Considérant, d'une part, qu'il ressort des pièces du dossier et du supplément d'instruction qui a été ordonné que le programme RTL 9, diffusé à partir du Grand Duché du Luxembourg, relève de deux sociétés de droit luxembourgeois, "RTL 9 SA et Compagnie SECS" et sa gérante, "RTL 9 SA", dont le siège social effectif est établi au Luxembourg ; que les décisions relatives à la politique de programmation et à l'assemblage final des programmes sont prises au Luxembourg ; que la circonstance qu'une partie du programme RTL 9 serait assurée par une société française de production, établie en France, la société "RTL-TVL", n'est pas de nature à faire regarder le programme RTL 9 comme un service émis par une société établie en France ;qu'il s'ensuit que le programme RTL 9 doit être regardé comme un service émis par une société établie, au sens de l'article 59 du traité de la communauté économique européenne et de la jurisprudence de la Cour de justice des communautés européennes, dans un autre Etat membre de l'Union européenne, le Grand Duché du Luxembourg ; Considérant, d'autre part et en tout état de cause, qu'il ne ressort pas des pièces du dossier que la société "RTL 9 et Compagnie SECS" et la société gérante, "RTL 9 SA", aient établi leur activité d'émission hors de France dans le seul but de se soustraire aux règles qui leur auraient été applicables, si elles s'étaient installées en France, au sens des dispositions précitées du décret du 1er septembre 1992 ;
Considérant qu'il résulte de ce qui précède que la Compagnie luxembourgeoise de télédiffusion est fondée à demander l'annulation de la décision du Conseil supérieur de l'audiovisuel du 4 juillet 1995 par laquelle ce dernier a refusé de modifier la convention existante pour la rendre compatible avec les dispositions du titre III du décret du 1er septembre 1992 alors en vigueur ;
Sur les conclusions de la Compagnie luxembourgeoise de télédiffusion tendant à l'application des dispositions de l'article 75-I de la loi du 10 juillet 1991 :
Considérant qu'il y a lieu, dans les circonstances de l'espèce, de faire application des dispositions de l'article 75-I de la loi susvisée du 10 juillet 1991 et de condamner l'Etat à payer à la Compagnie luxembourgeoise de télédiffusion une somme de 15 000 F au titre des frais exposés par elle et non compris dans les dépens ;
Article 1er : La décision du Conseil supérieur de l'audiovisuel en date du 4 juillet 1995 est annulée.
Article 2 : L'Etat versera à la CLT-UFA une somme de 15 000 F au titre de l'article 75-I de la loi du 10 juillet 1991.
Article 3 : Le surplus des conclusions de la requête de la Compagnie luxembourgeoise de télédiffusion est rejeté.
Article 4 : La présente décision sera notifiée à la Compagnie luxembourgeoise de télédiffusion, au Conseil supérieur de l'audiovisuel et au Premier ministre.


Synthèse
Formation : 5 / 3 ssr
Numéro d'arrêt : 172407
Date de la décision : 25/11/1998
Sens de l'arrêt : Annulation
Type d'affaire : Administrative
Type de recours : Recours pour excès de pouvoir

Analyses

COMMUNAUTES EUROPEENNES - REGLES APPLICABLES - EDUCATION ET CULTURE - Directive "Télévision sans frontières" du 3 octobre 1989 - Faculté pour les Etats-membres de prévoir des règles plus strictes ou plus détaillées en matière de radiodiffusion télévisuelle pour les organismes qui relèvent de leur compétence (article 3) - Règles relatives à la diffusion d'oeuvres cinématographiques applicables aux services émis depuis la France - Notion de service émis depuis la France.
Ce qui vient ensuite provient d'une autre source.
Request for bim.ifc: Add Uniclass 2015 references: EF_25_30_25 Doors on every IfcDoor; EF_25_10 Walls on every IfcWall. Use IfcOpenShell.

First a look at what the model holds.

```python
import ifcopenshell

model = ifcopenshell.open("bim.ifc")
print(model.schema)
print("classifications:", [c.Name for c in model.by_type("IfcClassification")])
for ifc_class in ("IfcDoor", "IfcRoof", "IfcStair", "IfcWall", "IfcWindow"):
    print(ifc_class, len(model.by_type(ifc_class)))
```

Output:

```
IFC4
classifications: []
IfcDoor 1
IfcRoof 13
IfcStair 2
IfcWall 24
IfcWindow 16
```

```python
import ifcopenshell
import ifcopenshell.api.classification

model = ifcopenshell.open("bim.ifc")

system = ifcopenshell.api.classification.add_classification(model, classification="Uniclass 2015")

codes = {
    "IfcDoor": ("EF_25_30_25", "Doors"),
    "IfcWall": ("EF_25_10", "Walls"),
}
for ifc_class, (code, name) in codes.items():
    products = model.by_type(ifc_class)
    ifcopenshell.api.classification.add_reference(
        model, products=products, classification=system, identification=code, name=name
    )
    print(code, len(products))

model.write("bim-out.ifc")
```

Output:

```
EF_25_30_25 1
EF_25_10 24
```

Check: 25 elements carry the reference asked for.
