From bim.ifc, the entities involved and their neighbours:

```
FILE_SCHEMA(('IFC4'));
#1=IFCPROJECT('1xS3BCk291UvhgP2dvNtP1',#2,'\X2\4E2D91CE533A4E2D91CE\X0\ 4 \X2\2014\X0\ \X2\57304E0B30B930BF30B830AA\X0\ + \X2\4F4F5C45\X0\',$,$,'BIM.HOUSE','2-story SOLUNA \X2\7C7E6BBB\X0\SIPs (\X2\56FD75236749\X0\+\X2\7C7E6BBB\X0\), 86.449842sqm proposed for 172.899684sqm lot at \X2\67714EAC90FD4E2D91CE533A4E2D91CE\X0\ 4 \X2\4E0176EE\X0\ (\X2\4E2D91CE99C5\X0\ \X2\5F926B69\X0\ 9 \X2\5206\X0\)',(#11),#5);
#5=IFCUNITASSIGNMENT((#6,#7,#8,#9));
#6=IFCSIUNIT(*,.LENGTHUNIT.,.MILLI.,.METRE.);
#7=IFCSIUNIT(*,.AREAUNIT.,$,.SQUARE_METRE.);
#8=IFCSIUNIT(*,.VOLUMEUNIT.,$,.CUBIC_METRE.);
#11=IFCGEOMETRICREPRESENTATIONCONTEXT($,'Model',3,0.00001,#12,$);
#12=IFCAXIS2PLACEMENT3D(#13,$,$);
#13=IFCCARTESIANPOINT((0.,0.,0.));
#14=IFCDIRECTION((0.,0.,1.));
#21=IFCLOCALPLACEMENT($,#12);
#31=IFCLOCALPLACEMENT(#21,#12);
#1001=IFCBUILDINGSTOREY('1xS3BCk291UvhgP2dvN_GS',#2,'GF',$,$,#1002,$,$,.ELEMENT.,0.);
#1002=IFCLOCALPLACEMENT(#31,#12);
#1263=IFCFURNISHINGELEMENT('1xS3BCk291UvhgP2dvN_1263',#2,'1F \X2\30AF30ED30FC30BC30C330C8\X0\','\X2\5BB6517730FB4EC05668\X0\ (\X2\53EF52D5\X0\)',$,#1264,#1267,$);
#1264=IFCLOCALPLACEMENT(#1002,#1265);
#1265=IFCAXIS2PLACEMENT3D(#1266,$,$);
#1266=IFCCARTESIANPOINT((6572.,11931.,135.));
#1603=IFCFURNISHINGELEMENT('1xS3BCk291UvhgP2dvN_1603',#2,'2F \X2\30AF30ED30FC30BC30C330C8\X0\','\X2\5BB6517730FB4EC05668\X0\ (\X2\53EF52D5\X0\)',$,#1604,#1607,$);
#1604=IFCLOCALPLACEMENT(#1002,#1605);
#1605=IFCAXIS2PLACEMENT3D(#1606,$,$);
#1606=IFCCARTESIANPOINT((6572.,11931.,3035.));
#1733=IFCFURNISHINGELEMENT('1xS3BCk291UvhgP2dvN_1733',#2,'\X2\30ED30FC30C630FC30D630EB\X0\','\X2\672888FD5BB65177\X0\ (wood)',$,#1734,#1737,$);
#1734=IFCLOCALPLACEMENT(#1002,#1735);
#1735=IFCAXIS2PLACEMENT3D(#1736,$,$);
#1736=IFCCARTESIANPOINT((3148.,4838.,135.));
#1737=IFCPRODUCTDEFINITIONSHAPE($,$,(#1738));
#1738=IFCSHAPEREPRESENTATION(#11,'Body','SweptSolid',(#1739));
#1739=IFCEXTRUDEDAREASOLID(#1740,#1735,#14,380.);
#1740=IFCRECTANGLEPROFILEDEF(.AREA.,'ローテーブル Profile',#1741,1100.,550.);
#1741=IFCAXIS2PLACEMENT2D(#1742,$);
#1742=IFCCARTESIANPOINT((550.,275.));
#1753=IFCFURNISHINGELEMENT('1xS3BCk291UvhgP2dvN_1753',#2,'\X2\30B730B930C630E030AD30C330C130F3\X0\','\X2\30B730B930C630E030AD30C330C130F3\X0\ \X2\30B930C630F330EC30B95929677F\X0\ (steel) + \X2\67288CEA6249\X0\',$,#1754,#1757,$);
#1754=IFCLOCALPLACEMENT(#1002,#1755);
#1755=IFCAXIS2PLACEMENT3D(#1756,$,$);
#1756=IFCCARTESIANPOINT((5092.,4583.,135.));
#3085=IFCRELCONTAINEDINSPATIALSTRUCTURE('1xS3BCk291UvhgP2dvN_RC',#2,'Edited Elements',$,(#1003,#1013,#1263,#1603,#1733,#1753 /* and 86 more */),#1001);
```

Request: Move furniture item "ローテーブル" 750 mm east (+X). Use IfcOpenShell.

```python
import ifcopenshell
import ifcopenshell.api.geometry
import ifcopenshell.util.placement
import ifcopenshell.util.unit

model = ifcopenshell.open("bim.ifc")
unit_scale = ifcopenshell.util.unit.calculate_unit_scale(model)

item = model.by_guid("1xS3BCk291UvhgP2dvN_1733")
matrix = ifcopenshell.util.placement.get_local_placement(item.ObjectPlacement)
matrix[0, 3] += 0.75 / unit_scale
ifcopenshell.api.geometry.edit_object_placement(model, product=item, matrix=matrix, is_si=False)

print(ifcopenshell.util.placement.get_local_placement(item.ObjectPlacement).round(3) + 0.0)

model.write("bim-out.ifc")
```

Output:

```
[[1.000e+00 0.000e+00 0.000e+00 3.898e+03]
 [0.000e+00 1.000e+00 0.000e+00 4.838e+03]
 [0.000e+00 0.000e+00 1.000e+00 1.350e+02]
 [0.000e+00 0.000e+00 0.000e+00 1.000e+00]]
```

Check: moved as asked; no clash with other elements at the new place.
15-05-08, 56-02-01 Un programme diffusé à partir du Grand Duché du Luxembourg, qui relève de deux sociétés de droit luxembourgeois dont le siège social effectif est établi au Luxembourg et pour lequel les décisions relatives à la politique de programmation et à l'assemblage final des programmes sont prises au Luxembourg n'est pas un service émis par une société établie en France au sens de l'article 59 du traité instituant la Communauté européenne et de la jurisprudence de la Cour de justice des communautés européennes, alors même qu'une partie de ce programme est assurée par une société française de production établie en France.

- RJ1 MARCHES ET CONTRATS ADMINISTRATIFS - REGLES DE PROCEDURE CONTENTIEUSE SPECIALES - RECEVABILITE - RECEVABILITE DU RECOURS POUR EXCES DE POUVOIR EN MATIERE CONTRACTUELLE - Recours dirigés contre des actes détachables - Refus de modifier une convention conclue pour la distribution d'un service de radiodiffusion sonore et de télévision par les réseaux câblés (article 34-1 de la loi du 30 septembre 1986) (1).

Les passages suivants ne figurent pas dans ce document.